Wound infections due to snakebite such as hemorrhagic blisters and cellulitis, although not common, if untreated can cause serious complications. We present a 65‐year‐old man with massive cutaneous complications due to a snakebite. We recommend that wound infections should be considered as differential diagnosis in snakebite management.
Snakebite is a common and very important issue threatening health in different parts of the world, including Iran.1 The clinical manifestations of snakebites are varying and depend on many factors, including the species of snake, the amount and strength of the venom injected, the location of the bite, and the patient's own factors, such as age, the underlying disease.2
Wound infections following snakebites such as cellulitis and necrotizing fasciitis, although not common, 3‐5 are seen in the bites of snakes and if untreated can cause serious complications such as necrotizing fasciitis, extensive local tissue damage, and progressive sepsis that can be associated with acute renal failure (ARF), thrombocytopenia, and coagulopathy2; although standard antivenom treatment can reduce the toxic hemorrhagic or neurotoxic effects of venom,6‐8 the progression of compartment syndrome and bacterial tissue infection cannot be prevented by antivenom therapy 9,10 and requires emergency surgical procedures such as fasciotomy or amputation and broad‐spectrum antibiotics and hospitalization in the intensive care unit.3,7,11,12
On the other hand, in some cases of snakebites, the patient does not notice the bite and after a while suffers from local symptoms and sometimes systemic complications that if not diagnosed and treated in time can lead to massive complications and injuries that will complicate the treatment. Thus, we describe a rare case of wound infection with hemorrhagic and nonhemorrhagic blisters following snakebite.
A 65‐year‐old man was referred to the Cardiovascular Center following chest pain with dissemination to the left upper extremity, cold sweats, chills, who had nausea and vomiting, and edema in the left upper extremity. At the time of entering this center, the patient had no fever and blood pressure was 113/68 mmHg, pulse rate was 76 beats/min and respiratory rate was 20 breaths/min.

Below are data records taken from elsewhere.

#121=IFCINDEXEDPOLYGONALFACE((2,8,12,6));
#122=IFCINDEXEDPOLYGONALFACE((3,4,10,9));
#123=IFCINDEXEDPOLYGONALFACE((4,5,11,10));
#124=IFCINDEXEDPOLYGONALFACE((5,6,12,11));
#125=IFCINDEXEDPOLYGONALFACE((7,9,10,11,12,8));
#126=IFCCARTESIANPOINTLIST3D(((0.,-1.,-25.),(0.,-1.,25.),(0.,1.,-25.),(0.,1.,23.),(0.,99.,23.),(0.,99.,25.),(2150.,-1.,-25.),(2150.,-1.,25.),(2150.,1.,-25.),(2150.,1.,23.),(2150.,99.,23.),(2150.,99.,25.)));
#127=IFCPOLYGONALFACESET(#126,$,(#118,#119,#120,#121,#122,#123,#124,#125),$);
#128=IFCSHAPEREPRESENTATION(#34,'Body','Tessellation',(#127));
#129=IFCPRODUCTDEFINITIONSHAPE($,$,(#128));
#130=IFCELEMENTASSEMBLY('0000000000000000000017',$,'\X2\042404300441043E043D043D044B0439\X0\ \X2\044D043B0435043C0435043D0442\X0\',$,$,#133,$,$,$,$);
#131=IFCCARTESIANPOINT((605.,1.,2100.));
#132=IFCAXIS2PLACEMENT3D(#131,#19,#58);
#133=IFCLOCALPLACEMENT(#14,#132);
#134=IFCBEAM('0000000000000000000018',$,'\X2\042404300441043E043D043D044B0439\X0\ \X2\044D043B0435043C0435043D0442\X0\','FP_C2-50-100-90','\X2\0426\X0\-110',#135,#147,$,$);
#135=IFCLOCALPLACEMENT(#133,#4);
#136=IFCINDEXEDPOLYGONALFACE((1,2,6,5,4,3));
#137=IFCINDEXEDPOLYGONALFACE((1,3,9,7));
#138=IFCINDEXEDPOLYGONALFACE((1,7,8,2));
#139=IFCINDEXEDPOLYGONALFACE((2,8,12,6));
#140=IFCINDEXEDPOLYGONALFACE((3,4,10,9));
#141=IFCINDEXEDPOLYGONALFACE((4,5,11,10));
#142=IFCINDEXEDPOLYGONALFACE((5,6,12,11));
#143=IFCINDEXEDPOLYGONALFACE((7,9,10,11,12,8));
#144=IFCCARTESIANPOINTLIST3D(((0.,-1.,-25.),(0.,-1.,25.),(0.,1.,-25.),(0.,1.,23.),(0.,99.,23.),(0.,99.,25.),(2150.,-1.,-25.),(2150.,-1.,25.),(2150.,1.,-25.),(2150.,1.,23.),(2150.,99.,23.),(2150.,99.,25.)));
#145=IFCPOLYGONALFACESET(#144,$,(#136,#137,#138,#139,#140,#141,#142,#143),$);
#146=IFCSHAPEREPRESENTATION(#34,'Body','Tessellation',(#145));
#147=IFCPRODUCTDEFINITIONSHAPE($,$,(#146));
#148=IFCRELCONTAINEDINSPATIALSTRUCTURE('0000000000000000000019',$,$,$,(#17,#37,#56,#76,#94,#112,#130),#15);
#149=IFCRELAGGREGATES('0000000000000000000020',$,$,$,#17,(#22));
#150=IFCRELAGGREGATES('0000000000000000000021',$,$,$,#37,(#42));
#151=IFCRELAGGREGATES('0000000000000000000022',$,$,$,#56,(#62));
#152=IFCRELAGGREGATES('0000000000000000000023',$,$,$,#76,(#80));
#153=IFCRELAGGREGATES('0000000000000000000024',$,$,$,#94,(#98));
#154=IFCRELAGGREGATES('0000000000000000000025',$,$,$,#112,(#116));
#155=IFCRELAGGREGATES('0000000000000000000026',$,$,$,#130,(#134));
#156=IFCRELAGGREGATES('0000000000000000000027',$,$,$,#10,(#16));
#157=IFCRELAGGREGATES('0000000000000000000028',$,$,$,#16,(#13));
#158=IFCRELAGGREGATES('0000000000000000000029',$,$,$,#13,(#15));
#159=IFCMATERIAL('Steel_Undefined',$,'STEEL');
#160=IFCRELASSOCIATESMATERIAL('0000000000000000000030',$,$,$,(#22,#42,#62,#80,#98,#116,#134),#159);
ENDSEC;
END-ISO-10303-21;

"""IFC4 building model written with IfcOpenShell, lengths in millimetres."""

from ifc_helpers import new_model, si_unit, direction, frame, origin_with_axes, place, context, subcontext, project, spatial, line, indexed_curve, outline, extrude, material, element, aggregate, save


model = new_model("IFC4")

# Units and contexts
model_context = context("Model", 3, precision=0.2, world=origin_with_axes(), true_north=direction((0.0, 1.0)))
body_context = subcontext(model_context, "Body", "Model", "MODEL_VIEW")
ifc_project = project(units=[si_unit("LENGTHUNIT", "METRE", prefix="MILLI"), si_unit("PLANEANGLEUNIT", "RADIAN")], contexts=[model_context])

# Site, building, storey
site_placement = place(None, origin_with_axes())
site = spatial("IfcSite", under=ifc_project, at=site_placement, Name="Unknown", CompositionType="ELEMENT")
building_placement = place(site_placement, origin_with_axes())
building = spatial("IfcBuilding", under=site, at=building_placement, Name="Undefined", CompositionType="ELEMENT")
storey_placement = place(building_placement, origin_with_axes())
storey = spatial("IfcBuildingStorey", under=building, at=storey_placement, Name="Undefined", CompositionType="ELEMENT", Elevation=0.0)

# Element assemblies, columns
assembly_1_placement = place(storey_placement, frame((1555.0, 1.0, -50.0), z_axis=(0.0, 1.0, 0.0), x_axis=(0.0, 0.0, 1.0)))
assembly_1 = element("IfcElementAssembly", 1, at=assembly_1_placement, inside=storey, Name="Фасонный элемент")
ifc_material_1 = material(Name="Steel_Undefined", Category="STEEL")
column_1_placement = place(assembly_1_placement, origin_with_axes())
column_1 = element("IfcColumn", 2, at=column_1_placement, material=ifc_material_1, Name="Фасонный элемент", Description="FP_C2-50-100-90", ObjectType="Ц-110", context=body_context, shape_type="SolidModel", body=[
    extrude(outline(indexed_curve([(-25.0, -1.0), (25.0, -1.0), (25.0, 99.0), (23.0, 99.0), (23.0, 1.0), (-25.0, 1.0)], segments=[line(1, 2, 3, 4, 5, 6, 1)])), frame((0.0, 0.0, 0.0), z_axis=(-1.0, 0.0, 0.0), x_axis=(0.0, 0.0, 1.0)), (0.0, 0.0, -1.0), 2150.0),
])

In examination, the ECG had a normal sinus rhythm and showed no changes indicative of myocardial infarction. Blood samples were also taken to test for cardiac enzymes, Troponin˂0.2 and BUN =46 mg/dL and Creatinine =2.5 mg/dL. After 6 hours, the swelling of the left upper limb progressed and multiple blisters appeared, after which the patient was referred to an infectious center in northern Iran for examination for infection, necrotizing fasciitis, and compartment syndrome. After admission to the infectious center, the patient had a fever (T = 38.5) and tachycardia (PR =108/min) with a decreased level of consciousness. In the emergency room, at first the patient's airway was checked out and to monitor his vital signs, cardiac monitoring and pulse oximetry along with oxygen therapy with O2 mask were performed. Blood pressure and respiratory rate were within normal limits, and examination of the lungs, abdomen, and central nervous system showed no abnormal findings. On examination of the left upper limb; there was erythema, warmness, stiffness, nonpitting edema, and limitation of active movement. Also, vesiculobullous lesions were seen on the dorsal surface of the hand to the wrist and both flexor and extensor surfaces of the forearm and arm up to the proximal arm and left axillary area (Figure 1A, B).

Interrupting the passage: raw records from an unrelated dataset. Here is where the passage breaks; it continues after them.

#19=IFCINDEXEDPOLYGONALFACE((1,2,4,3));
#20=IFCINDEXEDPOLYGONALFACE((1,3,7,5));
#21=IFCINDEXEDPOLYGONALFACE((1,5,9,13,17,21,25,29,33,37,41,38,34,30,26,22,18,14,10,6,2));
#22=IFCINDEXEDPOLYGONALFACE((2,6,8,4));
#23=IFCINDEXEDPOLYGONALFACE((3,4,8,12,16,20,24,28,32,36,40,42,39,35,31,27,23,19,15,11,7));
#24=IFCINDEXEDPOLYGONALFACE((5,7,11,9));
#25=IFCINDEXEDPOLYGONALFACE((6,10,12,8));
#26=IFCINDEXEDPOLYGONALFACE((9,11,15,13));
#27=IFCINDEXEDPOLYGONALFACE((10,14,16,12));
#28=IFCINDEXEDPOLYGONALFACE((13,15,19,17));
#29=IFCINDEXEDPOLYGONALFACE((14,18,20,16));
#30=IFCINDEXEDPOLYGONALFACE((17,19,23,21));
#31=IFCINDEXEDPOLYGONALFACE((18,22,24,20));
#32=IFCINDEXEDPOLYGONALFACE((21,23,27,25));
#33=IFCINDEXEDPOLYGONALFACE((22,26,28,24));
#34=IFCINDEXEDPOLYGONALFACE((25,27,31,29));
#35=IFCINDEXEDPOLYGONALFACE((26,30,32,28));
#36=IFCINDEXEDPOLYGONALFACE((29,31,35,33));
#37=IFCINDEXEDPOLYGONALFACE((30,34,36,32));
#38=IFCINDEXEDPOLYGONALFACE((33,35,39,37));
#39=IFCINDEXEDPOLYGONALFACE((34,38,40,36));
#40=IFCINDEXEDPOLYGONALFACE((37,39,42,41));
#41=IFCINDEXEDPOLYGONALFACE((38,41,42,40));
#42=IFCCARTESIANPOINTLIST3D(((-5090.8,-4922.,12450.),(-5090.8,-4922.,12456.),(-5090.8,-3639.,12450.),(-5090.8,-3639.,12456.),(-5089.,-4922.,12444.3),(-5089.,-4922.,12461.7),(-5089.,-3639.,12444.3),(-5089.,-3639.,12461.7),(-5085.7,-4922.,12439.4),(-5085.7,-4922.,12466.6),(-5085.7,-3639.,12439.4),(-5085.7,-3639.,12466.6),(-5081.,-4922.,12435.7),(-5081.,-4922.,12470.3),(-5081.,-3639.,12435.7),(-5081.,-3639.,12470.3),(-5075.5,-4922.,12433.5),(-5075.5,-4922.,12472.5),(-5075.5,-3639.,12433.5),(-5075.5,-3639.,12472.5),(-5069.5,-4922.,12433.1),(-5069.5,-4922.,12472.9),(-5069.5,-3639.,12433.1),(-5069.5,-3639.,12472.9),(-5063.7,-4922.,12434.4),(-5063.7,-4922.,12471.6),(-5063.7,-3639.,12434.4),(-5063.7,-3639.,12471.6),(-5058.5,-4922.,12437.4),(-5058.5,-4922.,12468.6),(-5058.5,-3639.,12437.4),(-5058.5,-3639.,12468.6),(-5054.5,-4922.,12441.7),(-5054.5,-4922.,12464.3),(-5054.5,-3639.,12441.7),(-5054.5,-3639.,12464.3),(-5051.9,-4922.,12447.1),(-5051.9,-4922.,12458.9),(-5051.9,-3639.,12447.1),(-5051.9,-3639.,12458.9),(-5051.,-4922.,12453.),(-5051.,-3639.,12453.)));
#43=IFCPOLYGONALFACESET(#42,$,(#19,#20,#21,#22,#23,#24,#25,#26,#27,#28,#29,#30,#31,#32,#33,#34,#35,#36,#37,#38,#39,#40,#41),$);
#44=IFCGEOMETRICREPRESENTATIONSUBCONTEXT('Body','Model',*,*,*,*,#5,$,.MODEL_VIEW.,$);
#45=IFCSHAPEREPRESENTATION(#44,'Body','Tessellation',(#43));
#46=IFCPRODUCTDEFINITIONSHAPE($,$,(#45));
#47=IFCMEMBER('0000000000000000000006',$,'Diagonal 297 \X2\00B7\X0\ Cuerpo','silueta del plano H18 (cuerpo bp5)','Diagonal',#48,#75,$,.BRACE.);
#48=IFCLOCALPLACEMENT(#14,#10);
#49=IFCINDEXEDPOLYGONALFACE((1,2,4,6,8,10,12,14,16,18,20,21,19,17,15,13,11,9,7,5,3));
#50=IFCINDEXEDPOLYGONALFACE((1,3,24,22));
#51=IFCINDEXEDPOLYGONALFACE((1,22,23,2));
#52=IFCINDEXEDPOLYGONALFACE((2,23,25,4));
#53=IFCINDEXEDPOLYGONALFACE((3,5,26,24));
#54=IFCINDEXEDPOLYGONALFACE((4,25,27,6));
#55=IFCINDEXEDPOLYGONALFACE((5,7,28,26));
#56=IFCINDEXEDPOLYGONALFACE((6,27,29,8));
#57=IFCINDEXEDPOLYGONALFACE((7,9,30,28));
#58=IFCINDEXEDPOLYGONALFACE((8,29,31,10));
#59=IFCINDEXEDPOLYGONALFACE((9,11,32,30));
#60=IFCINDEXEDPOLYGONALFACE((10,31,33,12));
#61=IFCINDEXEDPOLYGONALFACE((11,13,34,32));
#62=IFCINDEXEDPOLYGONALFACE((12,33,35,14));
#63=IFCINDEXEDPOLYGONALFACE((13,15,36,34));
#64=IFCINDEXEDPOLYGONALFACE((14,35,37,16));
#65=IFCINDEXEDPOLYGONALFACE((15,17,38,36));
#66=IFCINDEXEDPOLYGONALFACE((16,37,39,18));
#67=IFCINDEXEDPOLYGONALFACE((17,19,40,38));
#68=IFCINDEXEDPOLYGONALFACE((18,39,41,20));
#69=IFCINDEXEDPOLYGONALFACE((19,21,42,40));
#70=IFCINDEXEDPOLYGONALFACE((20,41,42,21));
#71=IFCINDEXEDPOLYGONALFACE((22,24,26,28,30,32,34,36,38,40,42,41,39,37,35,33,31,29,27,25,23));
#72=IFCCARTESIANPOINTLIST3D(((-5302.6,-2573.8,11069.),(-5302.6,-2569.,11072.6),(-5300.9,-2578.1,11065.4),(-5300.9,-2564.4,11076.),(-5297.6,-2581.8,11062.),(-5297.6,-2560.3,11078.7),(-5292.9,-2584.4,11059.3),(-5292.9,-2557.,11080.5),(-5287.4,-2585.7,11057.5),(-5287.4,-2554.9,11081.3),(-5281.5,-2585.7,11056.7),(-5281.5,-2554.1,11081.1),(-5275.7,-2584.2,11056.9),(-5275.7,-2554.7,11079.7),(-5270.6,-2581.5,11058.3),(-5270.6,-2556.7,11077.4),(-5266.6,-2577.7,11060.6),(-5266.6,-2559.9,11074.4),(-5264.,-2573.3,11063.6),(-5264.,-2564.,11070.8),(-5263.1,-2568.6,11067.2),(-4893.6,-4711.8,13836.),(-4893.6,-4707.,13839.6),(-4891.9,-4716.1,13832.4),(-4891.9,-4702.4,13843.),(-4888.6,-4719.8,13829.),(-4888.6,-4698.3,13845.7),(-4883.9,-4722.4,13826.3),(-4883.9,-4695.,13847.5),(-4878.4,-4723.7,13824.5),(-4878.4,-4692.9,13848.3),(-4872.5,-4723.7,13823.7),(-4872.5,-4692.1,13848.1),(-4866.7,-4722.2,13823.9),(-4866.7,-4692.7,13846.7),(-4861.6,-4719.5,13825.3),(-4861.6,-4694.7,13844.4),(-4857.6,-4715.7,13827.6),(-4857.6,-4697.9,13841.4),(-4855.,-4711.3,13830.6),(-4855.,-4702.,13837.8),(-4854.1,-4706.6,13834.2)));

1 FIGURE. Vesiculobullous lesions before treatment (A and B) and after treatment (C and D)
The location and size of the axillary lymph nodes were in normal range and the left radial pulse was weakly palpable. Also, swelling, redness, and localized infection were seen in the distal third finger of the left hand. According to the patient's history of the burning, redness, and blisters on the distal third finger of the left hand after lifting a heavy object within 3 days ago and also living in a rural district despite having venomous snakes, he was hospitalized with diagnosis of snakebite in the poisoning ward.

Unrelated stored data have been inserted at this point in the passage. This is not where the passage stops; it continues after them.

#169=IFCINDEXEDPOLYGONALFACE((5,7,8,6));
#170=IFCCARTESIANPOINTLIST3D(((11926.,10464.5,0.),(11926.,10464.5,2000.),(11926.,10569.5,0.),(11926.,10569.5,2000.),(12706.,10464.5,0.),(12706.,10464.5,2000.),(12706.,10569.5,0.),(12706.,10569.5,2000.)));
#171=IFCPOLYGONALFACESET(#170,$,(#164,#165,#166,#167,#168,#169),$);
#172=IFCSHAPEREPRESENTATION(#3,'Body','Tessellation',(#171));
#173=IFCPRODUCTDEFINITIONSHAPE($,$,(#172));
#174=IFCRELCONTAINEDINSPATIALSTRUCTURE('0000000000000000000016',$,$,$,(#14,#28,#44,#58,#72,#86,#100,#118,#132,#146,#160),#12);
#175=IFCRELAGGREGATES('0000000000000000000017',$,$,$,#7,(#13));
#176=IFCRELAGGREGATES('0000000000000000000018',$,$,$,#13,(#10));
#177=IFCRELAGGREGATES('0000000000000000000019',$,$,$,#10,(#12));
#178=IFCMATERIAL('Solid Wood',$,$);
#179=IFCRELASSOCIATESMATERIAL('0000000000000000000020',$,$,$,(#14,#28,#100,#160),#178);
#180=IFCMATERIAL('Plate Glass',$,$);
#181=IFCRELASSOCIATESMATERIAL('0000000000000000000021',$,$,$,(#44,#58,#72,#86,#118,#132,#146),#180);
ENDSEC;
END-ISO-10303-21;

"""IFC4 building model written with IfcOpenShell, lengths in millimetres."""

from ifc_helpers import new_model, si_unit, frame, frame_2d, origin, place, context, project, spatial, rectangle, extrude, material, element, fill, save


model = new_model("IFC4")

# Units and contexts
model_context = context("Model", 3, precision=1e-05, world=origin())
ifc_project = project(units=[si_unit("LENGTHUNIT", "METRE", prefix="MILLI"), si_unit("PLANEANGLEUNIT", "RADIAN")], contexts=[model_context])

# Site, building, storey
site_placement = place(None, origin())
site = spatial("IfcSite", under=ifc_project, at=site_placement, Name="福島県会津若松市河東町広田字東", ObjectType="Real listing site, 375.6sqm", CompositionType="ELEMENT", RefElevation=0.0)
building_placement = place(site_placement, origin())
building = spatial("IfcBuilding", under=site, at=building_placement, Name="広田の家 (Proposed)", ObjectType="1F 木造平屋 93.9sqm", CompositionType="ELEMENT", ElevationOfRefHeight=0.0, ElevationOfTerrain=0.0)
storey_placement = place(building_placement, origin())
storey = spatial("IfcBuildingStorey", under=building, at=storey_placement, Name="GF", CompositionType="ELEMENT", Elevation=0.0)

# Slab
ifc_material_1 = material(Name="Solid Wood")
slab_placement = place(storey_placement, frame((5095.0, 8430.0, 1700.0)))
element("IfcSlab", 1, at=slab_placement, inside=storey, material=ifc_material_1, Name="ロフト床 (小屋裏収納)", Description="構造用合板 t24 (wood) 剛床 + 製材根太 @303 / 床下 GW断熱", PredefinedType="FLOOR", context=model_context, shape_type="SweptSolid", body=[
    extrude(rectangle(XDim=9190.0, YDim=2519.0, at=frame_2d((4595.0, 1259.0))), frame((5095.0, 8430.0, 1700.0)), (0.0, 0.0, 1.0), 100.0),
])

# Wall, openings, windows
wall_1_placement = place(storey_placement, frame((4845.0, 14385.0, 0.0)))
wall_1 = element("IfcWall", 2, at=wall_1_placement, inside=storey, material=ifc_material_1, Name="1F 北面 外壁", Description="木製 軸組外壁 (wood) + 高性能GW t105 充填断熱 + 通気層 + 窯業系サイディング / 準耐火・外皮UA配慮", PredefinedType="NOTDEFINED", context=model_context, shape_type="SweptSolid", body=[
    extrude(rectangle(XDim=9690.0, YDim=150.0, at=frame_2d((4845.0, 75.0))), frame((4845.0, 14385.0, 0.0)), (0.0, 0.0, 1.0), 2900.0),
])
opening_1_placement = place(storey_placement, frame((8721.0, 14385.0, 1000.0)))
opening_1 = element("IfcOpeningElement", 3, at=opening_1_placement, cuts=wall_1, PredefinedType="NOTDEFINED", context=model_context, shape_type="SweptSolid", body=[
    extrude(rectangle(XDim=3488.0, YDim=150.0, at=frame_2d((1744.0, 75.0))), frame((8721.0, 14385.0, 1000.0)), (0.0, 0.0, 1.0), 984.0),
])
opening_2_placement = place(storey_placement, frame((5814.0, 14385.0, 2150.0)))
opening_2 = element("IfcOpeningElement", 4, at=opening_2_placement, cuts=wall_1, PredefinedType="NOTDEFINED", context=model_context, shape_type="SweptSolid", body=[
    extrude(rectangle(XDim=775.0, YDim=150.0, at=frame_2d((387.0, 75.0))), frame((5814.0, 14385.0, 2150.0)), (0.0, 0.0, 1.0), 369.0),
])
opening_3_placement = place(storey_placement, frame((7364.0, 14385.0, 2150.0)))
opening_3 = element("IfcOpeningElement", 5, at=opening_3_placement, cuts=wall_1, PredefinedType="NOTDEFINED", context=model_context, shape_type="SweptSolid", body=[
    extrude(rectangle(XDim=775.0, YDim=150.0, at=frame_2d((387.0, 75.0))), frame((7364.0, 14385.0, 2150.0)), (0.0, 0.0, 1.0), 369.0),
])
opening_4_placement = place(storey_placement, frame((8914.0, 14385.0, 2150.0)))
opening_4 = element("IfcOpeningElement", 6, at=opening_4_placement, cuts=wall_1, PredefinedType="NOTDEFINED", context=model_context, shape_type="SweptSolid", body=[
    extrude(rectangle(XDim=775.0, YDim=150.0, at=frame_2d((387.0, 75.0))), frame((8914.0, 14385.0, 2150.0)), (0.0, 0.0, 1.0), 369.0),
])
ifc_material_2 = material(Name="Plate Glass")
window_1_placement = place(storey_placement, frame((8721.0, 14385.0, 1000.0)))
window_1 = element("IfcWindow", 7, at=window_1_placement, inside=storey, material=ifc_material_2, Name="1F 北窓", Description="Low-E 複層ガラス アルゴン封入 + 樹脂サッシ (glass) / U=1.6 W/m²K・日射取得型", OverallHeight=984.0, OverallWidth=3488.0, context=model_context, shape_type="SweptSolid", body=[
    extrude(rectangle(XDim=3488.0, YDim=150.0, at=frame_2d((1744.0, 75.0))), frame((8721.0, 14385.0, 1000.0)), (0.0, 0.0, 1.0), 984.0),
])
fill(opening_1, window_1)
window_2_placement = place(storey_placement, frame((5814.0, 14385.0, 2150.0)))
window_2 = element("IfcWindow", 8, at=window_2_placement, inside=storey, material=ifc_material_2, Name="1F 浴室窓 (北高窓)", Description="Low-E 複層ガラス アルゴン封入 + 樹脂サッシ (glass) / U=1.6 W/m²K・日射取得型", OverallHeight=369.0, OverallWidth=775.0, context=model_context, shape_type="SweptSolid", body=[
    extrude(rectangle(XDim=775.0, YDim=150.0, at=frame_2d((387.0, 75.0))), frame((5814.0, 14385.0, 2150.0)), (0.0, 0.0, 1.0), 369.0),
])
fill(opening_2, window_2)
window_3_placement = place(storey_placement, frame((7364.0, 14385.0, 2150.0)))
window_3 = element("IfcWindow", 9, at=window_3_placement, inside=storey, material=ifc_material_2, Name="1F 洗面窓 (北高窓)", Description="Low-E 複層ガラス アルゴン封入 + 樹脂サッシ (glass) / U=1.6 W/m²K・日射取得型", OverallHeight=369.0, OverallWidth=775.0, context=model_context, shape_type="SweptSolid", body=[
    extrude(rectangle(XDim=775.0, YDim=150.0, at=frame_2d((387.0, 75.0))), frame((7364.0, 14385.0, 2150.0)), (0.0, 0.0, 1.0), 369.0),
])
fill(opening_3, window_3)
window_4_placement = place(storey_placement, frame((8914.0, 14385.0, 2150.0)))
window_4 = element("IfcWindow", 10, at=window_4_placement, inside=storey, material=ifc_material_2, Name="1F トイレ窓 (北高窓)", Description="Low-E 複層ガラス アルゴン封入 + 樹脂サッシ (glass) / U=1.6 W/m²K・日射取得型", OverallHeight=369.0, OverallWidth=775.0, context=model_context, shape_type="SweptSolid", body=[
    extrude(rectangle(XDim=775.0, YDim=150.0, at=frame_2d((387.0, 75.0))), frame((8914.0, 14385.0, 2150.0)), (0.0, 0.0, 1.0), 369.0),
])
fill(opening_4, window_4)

The patient had no history of smoking or drug usage, he had a history of dyslipidemia, hypertension, diabetes mellitus, and ischemic heart disease, which had been controlled with appropriate medications and was asymptomatic in routine life. He also had no history of asthma, allergies, rhinitis, dermatitis, or eczema and did not have a history of similar bites in the past.
In the primary tests performed, BUN and Creatinine increased compared to the measured values in the Heart Center, there was also a decrease in platelet count and a prolongation of PT and PTT, but the patient had no evidence of hemorrhage and coagulopathy, and liver enzymes were within the normal range; also, color Doppler ultrasound of the arteries and veins of the left upper extremity did not provide evidence of thrombosis. The ultrasound also showed multiple fluid‐containing tracts, and according to surgical and orthopedic consultation, there was no evidence of necrotizing fasciitis or compartment syndrome.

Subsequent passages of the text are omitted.